• [ASSIGNED TASK]:
Those lines of the following listing which contain the string "IFCSIUNIT" should be returned.

• [SUPPLIED DATA]:
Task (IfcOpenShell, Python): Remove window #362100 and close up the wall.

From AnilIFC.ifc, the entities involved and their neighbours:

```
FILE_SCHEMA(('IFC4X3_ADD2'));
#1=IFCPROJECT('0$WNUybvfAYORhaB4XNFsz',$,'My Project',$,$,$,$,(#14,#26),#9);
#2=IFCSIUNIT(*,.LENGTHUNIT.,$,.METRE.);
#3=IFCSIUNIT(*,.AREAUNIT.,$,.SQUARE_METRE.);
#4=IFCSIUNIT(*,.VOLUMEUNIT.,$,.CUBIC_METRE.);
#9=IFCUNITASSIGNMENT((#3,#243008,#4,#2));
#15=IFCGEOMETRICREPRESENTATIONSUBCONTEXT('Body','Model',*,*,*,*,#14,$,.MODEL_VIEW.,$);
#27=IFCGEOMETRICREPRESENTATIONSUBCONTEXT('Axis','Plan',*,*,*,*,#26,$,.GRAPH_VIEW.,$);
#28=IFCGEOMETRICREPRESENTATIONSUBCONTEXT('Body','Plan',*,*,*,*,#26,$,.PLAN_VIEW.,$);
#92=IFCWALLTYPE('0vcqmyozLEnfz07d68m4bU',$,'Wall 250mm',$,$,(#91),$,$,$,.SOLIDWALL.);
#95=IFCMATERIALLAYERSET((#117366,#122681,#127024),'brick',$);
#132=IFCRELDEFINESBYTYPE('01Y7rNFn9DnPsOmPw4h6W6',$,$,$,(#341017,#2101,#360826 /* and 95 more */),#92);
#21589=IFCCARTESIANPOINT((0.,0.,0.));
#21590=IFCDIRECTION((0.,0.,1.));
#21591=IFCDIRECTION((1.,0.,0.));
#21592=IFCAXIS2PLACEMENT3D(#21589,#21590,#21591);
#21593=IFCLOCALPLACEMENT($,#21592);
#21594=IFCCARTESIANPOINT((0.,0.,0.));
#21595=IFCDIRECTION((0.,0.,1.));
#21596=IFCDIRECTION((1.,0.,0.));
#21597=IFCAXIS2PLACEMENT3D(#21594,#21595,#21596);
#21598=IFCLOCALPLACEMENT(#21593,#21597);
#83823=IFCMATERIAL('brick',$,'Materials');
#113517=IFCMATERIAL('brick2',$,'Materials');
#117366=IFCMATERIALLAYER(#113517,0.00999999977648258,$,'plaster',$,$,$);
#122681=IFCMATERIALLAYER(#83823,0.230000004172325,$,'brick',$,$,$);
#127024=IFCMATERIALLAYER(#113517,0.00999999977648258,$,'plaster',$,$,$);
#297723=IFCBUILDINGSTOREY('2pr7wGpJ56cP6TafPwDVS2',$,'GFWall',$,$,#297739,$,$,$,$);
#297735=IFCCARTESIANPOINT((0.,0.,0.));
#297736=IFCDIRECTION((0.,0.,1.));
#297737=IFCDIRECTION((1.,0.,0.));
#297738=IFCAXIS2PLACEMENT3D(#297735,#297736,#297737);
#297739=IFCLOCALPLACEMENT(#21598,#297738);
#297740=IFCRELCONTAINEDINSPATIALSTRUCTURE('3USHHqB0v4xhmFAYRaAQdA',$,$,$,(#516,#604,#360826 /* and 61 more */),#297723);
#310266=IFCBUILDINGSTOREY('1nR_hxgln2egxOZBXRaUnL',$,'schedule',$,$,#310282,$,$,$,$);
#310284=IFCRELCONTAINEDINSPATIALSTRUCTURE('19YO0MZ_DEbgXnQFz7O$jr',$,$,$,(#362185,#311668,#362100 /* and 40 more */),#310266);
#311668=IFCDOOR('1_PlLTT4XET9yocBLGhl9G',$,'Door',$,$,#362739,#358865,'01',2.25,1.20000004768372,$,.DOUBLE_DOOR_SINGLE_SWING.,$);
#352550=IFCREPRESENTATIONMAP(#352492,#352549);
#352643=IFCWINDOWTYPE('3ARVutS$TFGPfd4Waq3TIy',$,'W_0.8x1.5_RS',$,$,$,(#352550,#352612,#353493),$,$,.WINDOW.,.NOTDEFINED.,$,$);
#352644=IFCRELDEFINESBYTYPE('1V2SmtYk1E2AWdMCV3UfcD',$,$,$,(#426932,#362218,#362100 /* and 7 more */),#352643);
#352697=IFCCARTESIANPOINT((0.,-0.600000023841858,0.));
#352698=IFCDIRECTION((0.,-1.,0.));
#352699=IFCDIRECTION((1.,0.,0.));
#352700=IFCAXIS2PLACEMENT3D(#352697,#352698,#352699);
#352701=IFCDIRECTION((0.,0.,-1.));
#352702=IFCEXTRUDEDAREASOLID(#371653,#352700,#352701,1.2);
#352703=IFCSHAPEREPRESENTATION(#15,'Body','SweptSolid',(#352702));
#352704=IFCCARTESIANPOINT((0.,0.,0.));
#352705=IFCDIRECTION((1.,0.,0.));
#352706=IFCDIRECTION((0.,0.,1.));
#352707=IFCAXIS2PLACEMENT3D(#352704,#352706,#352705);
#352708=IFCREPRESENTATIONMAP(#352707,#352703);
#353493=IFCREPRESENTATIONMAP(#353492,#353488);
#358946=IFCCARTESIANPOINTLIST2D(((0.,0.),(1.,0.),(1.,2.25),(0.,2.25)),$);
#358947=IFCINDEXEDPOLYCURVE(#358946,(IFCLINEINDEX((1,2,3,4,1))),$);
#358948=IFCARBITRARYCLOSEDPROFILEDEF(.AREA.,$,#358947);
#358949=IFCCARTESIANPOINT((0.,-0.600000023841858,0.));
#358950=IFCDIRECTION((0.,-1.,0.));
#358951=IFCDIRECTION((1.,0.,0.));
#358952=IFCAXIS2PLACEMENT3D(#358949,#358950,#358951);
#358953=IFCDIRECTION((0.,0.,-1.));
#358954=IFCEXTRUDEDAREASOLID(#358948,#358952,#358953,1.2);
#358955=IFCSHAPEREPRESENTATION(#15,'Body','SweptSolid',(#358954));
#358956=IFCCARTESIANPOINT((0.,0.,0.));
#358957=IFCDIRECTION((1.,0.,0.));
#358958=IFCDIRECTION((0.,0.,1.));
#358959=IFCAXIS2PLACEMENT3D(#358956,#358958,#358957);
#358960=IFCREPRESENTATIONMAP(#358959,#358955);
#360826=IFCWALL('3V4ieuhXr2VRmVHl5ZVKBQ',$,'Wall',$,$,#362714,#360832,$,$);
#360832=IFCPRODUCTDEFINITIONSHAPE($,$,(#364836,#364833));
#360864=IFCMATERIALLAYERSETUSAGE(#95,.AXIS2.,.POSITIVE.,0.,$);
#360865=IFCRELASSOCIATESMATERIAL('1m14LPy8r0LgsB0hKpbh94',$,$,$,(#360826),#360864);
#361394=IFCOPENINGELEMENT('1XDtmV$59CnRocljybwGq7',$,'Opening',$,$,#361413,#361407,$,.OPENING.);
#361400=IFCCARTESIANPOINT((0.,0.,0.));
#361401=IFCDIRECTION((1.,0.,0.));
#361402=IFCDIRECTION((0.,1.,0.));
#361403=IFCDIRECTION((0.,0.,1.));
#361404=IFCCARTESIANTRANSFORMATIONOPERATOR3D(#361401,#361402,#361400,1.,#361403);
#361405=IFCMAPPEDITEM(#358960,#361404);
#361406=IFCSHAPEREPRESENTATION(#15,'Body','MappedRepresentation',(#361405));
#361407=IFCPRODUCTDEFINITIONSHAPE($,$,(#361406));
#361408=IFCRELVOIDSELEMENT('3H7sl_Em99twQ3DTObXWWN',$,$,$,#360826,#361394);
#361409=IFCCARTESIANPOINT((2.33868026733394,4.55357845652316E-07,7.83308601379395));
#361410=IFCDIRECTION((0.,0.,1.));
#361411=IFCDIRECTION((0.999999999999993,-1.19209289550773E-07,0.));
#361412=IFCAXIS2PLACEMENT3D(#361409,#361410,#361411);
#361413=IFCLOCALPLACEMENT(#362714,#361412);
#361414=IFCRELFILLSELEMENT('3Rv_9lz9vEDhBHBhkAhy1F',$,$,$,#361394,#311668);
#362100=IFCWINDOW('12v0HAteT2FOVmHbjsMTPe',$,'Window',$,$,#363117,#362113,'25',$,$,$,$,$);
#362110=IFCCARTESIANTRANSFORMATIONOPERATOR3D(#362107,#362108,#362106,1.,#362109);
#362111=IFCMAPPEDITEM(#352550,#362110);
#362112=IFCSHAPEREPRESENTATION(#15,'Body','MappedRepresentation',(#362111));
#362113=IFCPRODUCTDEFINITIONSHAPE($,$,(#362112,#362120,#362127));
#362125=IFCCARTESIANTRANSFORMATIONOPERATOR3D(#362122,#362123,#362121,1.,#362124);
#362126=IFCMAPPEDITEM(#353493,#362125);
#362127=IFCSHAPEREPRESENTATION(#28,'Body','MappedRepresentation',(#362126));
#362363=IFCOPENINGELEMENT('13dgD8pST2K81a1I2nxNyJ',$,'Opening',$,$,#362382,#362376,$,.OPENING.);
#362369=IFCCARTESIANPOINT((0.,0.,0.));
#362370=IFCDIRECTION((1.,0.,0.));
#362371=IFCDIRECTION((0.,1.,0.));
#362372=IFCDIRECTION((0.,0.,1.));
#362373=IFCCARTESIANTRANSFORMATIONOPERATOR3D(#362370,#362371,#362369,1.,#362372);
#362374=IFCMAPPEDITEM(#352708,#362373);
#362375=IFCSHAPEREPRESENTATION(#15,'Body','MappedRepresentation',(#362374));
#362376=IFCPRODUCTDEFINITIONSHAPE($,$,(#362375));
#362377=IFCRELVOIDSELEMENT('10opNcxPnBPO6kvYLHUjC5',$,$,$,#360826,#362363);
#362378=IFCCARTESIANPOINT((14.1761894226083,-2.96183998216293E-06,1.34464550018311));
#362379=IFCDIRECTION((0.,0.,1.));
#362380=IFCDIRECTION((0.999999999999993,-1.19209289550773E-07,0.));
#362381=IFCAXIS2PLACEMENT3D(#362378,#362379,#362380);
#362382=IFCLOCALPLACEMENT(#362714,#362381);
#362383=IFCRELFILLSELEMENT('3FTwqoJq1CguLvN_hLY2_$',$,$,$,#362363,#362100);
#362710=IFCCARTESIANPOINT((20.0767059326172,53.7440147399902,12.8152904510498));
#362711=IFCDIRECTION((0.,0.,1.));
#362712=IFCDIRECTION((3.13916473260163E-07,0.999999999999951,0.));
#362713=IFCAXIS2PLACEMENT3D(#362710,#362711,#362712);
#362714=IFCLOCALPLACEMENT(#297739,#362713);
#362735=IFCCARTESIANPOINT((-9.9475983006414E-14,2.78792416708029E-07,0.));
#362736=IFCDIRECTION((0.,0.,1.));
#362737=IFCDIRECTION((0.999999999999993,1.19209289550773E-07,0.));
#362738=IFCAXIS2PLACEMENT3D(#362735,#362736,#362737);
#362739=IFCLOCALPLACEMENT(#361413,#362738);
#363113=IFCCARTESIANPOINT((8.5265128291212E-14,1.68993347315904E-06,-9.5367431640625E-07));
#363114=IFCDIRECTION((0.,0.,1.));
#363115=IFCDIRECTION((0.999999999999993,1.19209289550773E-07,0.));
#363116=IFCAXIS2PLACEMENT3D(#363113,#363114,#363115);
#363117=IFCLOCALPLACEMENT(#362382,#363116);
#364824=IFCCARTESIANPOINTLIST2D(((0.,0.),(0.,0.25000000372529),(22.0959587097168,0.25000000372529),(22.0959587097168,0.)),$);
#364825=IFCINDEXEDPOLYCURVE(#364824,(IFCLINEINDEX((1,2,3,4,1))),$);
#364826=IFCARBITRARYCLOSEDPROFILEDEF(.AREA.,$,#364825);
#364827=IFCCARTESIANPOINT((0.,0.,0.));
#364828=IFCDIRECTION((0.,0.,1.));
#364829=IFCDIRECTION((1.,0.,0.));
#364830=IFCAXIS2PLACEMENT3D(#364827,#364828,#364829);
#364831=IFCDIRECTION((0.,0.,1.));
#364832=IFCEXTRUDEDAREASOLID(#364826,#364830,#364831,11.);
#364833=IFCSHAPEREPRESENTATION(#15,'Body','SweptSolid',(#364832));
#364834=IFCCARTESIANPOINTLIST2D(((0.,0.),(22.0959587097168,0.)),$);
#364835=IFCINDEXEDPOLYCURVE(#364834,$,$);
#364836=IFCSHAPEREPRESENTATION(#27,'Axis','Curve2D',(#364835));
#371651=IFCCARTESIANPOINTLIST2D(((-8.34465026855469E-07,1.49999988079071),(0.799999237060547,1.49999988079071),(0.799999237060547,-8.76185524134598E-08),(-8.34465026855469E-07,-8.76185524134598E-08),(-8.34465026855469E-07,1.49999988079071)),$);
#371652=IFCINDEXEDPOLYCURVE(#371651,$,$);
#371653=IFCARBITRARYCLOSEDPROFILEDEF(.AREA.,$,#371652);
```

```python
import ifcopenshell
import ifcopenshell.api.feature
import ifcopenshell.api.root
import ifcopenshell.geom
import ifcopenshell.util.shape

model = ifcopenshell.open("AnilIFC.ifc")
settings = ifcopenshell.geom.settings()


def volume(element):
    """Net volume in cubic metres, openings subtracted."""
    shape = ifcopenshell.geom.create_shape(settings, element)
    return ifcopenshell.util.shape.get_volume(shape.geometry)


window = model.by_id(362100)
opening = window.FillsVoids[0].RelatingOpeningElement
wall = opening.VoidsElements[0].RelatingBuildingElement
before = volume(wall)

ifcopenshell.api.root.remove_product(model, product=window)
ifcopenshell.api.feature.remove_feature(model, feature=opening)

after = volume(wall)

print(f"wall volume {before:.3f} -> {after:.3f} m3")

model.write("AnilIFC_v2.ifc")
```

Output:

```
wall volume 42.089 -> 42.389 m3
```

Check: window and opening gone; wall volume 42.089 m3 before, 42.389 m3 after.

• [ANSWER BOX]:
#2=IFCSIUNIT(*,.LENGTHUNIT.,$,.METRE.);
#3=IFCSIUNIT(*,.AREAUNIT.,$,.SQUARE_METRE.);
#4=IFCSIUNIT(*,.VOLUMEUNIT.,$,.CUBIC_METRE.);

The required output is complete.